Everything that is Good (Reprise)

Yesterday, we looked at how Julian of Norwich oriented herself towards her faith and desires. The things she knew were a little weird — wanting to witness Christ’s Passion and a near-fatal illness — she asked for on the condition that God not give them to her if they weren’t good for her; and the things she knew were representative of the kingdom of God — true contrition, loving compassion, and longing for God — she prayed without condition. On May 13, 1373, at the age of “thirty and a half years old,” she received her wishes, and during a very severe illness, her feverish hallucinations took the form of a series of sixteen visions of Christ on the cross (Ch 2, 3).* When she later reflected on this experience in her writing, she called them “a revelation of love [of] Jesus Christ, our endless bliss” (Ch1). Julian’s experience was full of contradiction. Many of the things she saw where horrible, and yet the overall message was one of beautiful and expansive love. Today, as we start to dig into the text further, I’d like to look at two images of love and comfort from Chapter 5, in what is not only one of the most famous passages in Julian, of the entire canon of Christian mystical literature.

The first ‘showing’ was of flood flowing from under Christ’s crown of thorns and streaming down his face, “freely and copiously, a living stream …” (Ch 4). But in the midst of this bloody vision which she experienced as a ‘physical sight’ she also had a ‘spiritual sight’ of God’s love. She writes:

I saw that he is to us everything which is good and comforting for our help. He is our clothing, who wraps and enfolds us for love, which is so tender that he may never desert us. And so in this sight I saw that he is everything which is good, as I understand. And in this he showed me something small, no bigger than a hazelnut, lying in the palm of my hand, as it seemed to me, and it was as round as a ball. … I was amazed that it could last, for I thought that because of its littleness it would suddenly have fallen into nothing. And it was answered in my understanding: It lasts and always will, because God loves it; and thus everything has being though the love of God. (Ch 5)

It’s the second of these images, the hazelnut, that gets the most discussion, but on this reading, what stuck out to me was the first, the image of Christ as our coat. The idea of Christ as clothing is at least as early as Paul (and probably even earlier), and has been an important part of Christian baptismal imagery for as long as we have records, but Julian plays with it here in an interesting way. In the biblical usage, the image highlights the transformation that takes place upon conversion (and daily after that). In Romans 13.14, Paul urges the Romans to avoid various kinds of sin and “Instead, put on the Lord Jesus Christ, and make no provision for the flesh, to gratify its desires.” And in Galatians 3.27-28, he writes, “As many of you as were baptized into Christ have clothed yourselves with Christ. There is no longer Jew or Greek; there is no longer slave or free; there is no longer male and female, for all of you are one in Christ Jesus.” But as deployed by Julian, the image instead highlights comfort: Christ “wraps and enfolds us for love.” This is a lovely complement to the biblical and baptismal image. For as much as Christianity is about transformation, the challenge that such change represents is unsustainable if that’s all there is. Just as we need rest as much as we need hard work, our hearts need comfort as much as they need transformation.
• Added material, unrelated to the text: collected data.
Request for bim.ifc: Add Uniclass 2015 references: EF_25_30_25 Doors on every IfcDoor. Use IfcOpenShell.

First a look at what the model holds.

```python
import ifcopenshell

model = ifcopenshell.open("bim.ifc")
print(model.schema)
print("classifications:", [c.Name for c in model.by_type("IfcClassification")])
for ifc_class in ("IfcDoor", "IfcRoof", "IfcStair", "IfcWall", "IfcWindow"):
    print(ifc_class, len(model.by_type(ifc_class)))
```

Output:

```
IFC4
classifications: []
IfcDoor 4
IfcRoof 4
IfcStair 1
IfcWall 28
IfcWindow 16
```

```python
import ifcopenshell
import ifcopenshell.api.classification

model = ifcopenshell.open("bim.ifc")

system = ifcopenshell.api.classification.add_classification(model, classification="Uniclass 2015")

codes = {
    "IfcDoor": ("EF_25_30_25", "Doors"),
}
for ifc_class, (code, name) in codes.items():
    products = model.by_type(ifc_class)
    ifcopenshell.api.classification.add_reference(
        model, products=products, classification=system, identification=code, name=name
    )
    print(code, len(products))

model.write("bim_rev.ifc")
```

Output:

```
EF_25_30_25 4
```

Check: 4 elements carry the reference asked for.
This leads us once again to the famous image of the hazelnut, from which Julian understands three things: that all things are made by God, loved by God, and preserved by God. But this is not just an image of divine providence for her. As much as it is an image of God’s care for the kosmos, she also recognizes that this has consequences for her life. For how can she put her trust in anything so small and fragile instead of the great and loving God who creates, loves, and sustains it all? She writes:

For this is the reason why our hearts and souls are not in perfect ease, because here we seek rest in this thing which is so little, in which there is no rest, and we do not know our God who is almighty, all wise, and all good, for he is true rest.

So in both this images we see this balance of comfort and challenge. The image of the coat reminds us of the transformation that our faith requires, but also of the comfort of God’s love. And the image of the hazelnut reminds us that everything is loved and sustained by God, but also that nothing that small and contingent can ever satisfy the longings of our hearts.

And so, in this Lenten season, let us carry the truths of these images with us. Let us not forget that we are called to be transformed but are also loved deeply just as we are, and that the whole world is beloved by God but that only in God will we find the true rest we need.

I’ll end today’s reflection with Julian’s prayer at the end of the chapter:

God, of your goodness give me yourself, for you are enough for me, and I can ask for nothing which is less which can pay you full worship. And if I ask anything which is less, always I am in want; but only in you do I have everything.

Amen.

 

* Unless noted, all quotes are taken from the long text of Julian or Norwich’s Revelations of Divine Love as translated and set in Julian of Norwich, Showings, translated by Edmund Colledge and James Walsh. The Classics of Western Spirituality. Mahwah, NJ: Paulist Press, 1978.